How to spot a deepfake
Spotting deepfakes requires attention to subtle inconsistencies. Some simple tips include examining facial movements and expressions closely. Deepfakes often struggle with realistic blinking, smooth lip-syncing, or natural facial asymmetry. Look for unusual lighting, shadows, or mismatched skin tones that may indicate manipulation. Pay attention to the audio as poorly synced or inconsistent speech patterns can be a giveaway.
High-quality deepfakes, however, may avoid these errors, so scrutinise the context. Consider whether the actions or statements align with the person’s known behaviour or beliefs. Check for video artefacts like blurriness around edges or distorted backgrounds, which are common signs of tampering.
Staying critical of shocking or unexpected content and relying on trusted sources for verification are essential steps to identifying and mitigating the impact of deepfakes. Here are some common indicators to look for:
Too good to be true
Before analysing the video or audio itself, you should first take a look at the context. If the media in question seems implausible or too perfect, it could be a deepfake. Always double-check by contacting the person in question either face-to-face or through a trusted channel to confirm.
Unnatural face and eye movements
One of the key ways to spot the difference between authentic and deepfake technology is through eye movement. Although deepfake technology continues to improve, it still often struggles with authentic eye and facial movements. Signs such as delayed blinking, unusual gaze, or a rigid expression can indicate deepfake manipulation.
Blurry low-quality videos
As most scammers don’t have access to high-quality deepfakes, much of their content lacks clarity or has blurred edges around facial features. Do keep in mind that this is only true in lower-quality or hastily-made deepfake videos and may not show up in more sophisticated attacks.
Tonal Mismatch
If the deepfake in question is a mixture of video and audio, look for mismatched lip sync. If you’re dealing with an audio deepfake, the key is in tonal inconsistencies. Do questions sound slightly off? Are they emphasising words strangely? These robotic qualities can reveal AI manipulation and if the voice itself sounds slightly off or disjointed, it could indicate synthesised content.
How to protect your team against deepfake attacks
Organisations can take several steps to protect against deepfake attacks and minimise their potential impact. Here are four key strategies to consider:
1. Educate and Train Staff: Provide regular training to employees on the risks and signs of deepfake technology. Familiarising your team with how to spot deepfakes can help prevent phishing and impersonation attacks.

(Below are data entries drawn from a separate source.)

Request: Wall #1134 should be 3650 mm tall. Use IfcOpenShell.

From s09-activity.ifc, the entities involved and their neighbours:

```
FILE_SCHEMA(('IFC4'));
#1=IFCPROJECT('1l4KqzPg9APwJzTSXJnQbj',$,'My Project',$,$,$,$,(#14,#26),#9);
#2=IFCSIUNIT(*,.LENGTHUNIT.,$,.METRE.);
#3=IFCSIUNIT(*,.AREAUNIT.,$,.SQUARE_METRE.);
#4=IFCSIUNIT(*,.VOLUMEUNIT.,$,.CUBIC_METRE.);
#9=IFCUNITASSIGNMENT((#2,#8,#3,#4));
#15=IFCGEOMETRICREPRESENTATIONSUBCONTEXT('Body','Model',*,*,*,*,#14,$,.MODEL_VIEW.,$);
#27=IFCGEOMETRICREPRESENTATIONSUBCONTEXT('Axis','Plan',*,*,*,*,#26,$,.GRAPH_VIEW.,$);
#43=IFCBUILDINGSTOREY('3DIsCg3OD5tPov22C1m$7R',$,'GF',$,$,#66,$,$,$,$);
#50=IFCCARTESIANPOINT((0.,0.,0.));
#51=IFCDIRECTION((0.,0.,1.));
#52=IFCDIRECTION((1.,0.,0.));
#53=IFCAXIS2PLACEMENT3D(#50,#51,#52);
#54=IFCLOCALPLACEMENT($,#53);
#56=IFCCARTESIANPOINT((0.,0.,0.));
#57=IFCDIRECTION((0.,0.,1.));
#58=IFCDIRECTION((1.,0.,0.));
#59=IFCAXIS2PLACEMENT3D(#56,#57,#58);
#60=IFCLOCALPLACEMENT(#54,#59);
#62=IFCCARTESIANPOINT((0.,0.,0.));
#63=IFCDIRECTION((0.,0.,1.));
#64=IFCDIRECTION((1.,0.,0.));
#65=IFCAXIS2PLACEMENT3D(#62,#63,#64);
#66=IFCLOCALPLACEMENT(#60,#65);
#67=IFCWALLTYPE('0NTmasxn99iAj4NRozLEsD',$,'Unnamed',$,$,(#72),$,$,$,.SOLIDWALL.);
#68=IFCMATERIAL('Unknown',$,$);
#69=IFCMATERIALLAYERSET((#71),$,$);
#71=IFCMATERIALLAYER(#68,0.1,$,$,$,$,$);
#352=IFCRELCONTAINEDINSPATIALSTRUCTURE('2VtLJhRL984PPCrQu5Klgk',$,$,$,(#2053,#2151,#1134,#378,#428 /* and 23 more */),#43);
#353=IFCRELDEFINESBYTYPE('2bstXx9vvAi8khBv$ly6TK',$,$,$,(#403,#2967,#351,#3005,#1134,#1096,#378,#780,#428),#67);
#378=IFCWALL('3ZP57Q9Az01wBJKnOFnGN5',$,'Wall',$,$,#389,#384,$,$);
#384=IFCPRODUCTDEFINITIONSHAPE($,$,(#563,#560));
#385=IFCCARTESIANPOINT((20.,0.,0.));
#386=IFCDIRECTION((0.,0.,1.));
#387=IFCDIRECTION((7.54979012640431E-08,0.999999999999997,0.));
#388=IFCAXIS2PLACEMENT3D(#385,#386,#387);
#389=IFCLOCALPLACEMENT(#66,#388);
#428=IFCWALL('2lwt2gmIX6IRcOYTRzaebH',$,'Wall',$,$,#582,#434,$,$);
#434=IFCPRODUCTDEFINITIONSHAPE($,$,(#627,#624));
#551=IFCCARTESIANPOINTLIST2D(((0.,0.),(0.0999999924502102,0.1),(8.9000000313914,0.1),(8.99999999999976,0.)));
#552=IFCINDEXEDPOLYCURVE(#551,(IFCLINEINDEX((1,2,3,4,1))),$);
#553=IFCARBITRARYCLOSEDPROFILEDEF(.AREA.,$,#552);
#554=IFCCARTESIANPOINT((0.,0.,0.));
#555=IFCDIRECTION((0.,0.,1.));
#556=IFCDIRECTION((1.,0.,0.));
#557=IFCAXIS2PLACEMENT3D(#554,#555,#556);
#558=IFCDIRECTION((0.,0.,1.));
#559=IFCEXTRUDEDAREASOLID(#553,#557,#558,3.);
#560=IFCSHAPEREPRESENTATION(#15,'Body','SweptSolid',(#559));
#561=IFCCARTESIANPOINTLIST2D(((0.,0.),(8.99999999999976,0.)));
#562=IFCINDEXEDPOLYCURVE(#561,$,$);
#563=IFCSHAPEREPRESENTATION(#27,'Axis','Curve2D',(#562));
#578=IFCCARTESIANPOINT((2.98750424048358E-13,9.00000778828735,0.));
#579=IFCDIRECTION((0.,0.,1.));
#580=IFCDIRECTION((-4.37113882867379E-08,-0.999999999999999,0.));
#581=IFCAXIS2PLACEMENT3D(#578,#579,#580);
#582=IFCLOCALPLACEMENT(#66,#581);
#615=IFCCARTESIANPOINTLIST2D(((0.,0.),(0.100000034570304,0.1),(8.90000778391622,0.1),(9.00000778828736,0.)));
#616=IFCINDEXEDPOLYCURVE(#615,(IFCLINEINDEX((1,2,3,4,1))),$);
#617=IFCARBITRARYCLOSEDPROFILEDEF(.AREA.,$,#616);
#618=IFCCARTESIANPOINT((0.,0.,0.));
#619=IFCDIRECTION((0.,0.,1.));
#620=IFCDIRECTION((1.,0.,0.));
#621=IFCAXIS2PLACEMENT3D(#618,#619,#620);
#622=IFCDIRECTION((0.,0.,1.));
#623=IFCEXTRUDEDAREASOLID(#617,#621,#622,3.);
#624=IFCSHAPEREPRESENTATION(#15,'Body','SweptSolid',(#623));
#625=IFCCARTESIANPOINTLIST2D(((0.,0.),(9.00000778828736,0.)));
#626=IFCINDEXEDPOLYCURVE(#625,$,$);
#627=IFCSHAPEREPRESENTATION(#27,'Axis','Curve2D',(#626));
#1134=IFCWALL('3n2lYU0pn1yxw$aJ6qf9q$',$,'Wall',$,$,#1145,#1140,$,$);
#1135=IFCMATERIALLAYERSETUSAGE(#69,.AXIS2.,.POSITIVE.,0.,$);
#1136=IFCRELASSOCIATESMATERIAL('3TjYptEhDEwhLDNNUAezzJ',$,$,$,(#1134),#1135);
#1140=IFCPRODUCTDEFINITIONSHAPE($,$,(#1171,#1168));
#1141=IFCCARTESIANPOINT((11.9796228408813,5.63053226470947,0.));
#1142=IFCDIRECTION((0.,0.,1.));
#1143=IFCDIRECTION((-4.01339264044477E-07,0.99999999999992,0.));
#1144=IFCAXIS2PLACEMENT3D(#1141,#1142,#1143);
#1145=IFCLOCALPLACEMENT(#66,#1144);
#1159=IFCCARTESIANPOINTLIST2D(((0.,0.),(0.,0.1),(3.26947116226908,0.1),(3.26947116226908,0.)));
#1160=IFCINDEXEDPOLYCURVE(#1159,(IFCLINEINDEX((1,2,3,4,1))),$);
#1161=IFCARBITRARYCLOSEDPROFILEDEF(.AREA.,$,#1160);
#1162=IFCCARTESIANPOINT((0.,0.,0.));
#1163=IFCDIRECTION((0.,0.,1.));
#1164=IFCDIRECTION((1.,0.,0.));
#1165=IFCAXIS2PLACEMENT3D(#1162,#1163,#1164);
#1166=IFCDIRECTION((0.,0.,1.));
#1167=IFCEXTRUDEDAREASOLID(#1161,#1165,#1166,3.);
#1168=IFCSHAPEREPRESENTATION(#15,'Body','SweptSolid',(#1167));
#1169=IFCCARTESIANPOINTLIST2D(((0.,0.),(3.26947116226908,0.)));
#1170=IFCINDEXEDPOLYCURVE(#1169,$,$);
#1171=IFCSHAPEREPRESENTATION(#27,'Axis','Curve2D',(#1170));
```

```python
import ifcopenshell
import ifcopenshell.geom
import ifcopenshell.util.representation
import ifcopenshell.util.shape
import ifcopenshell.util.unit

model = ifcopenshell.open("s09-activity.ifc")
unit_scale = ifcopenshell.util.unit.calculate_unit_scale(model)
settings = ifcopenshell.geom.settings()


def volume(element):
    """Net volume in cubic metres, openings subtracted."""
    shape = ifcopenshell.geom.create_shape(settings, element)
    return ifcopenshell.util.shape.get_volume(shape.geometry)


wall = model.by_guid("3n2lYU0pn1yxw$aJ6qf9q$")
before = volume(wall)

body = ifcopenshell.util.representation.get_representation(wall, "Model", "Body")
solid = body.Items[0]
old_height = solid.Depth
solid.Depth = 3.65 / unit_scale
after = volume(wall)

print(f"height {old_height:g} -> {solid.Depth:g}, volume {before:.3f} -> {after:.3f} m3")

model.write("s09-activity_edited.ifc")
```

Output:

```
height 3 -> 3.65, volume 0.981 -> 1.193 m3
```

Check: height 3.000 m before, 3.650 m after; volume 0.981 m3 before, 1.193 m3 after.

2. Strengthen Verification Procedures: Implement strong verification processes for communication and requests, particularly for sensitive transactions. This could include using multifactor authentication, encrypted messaging, or secondary confirmation channels.
3. Invest in Detection Tools: AI-powered deepfake detection software is an effective way to guard against deepfake attacks. These tools use algorithms that can detect inconsistencies in facial movements, lighting, and audio, helping identify deepfake content.
4. Promote a Culture of Caution: Encourage team members to verify any unusual or high-stakes requests, especially those made through video or audio channels, and to question suspicious or “too good to be true” scenarios.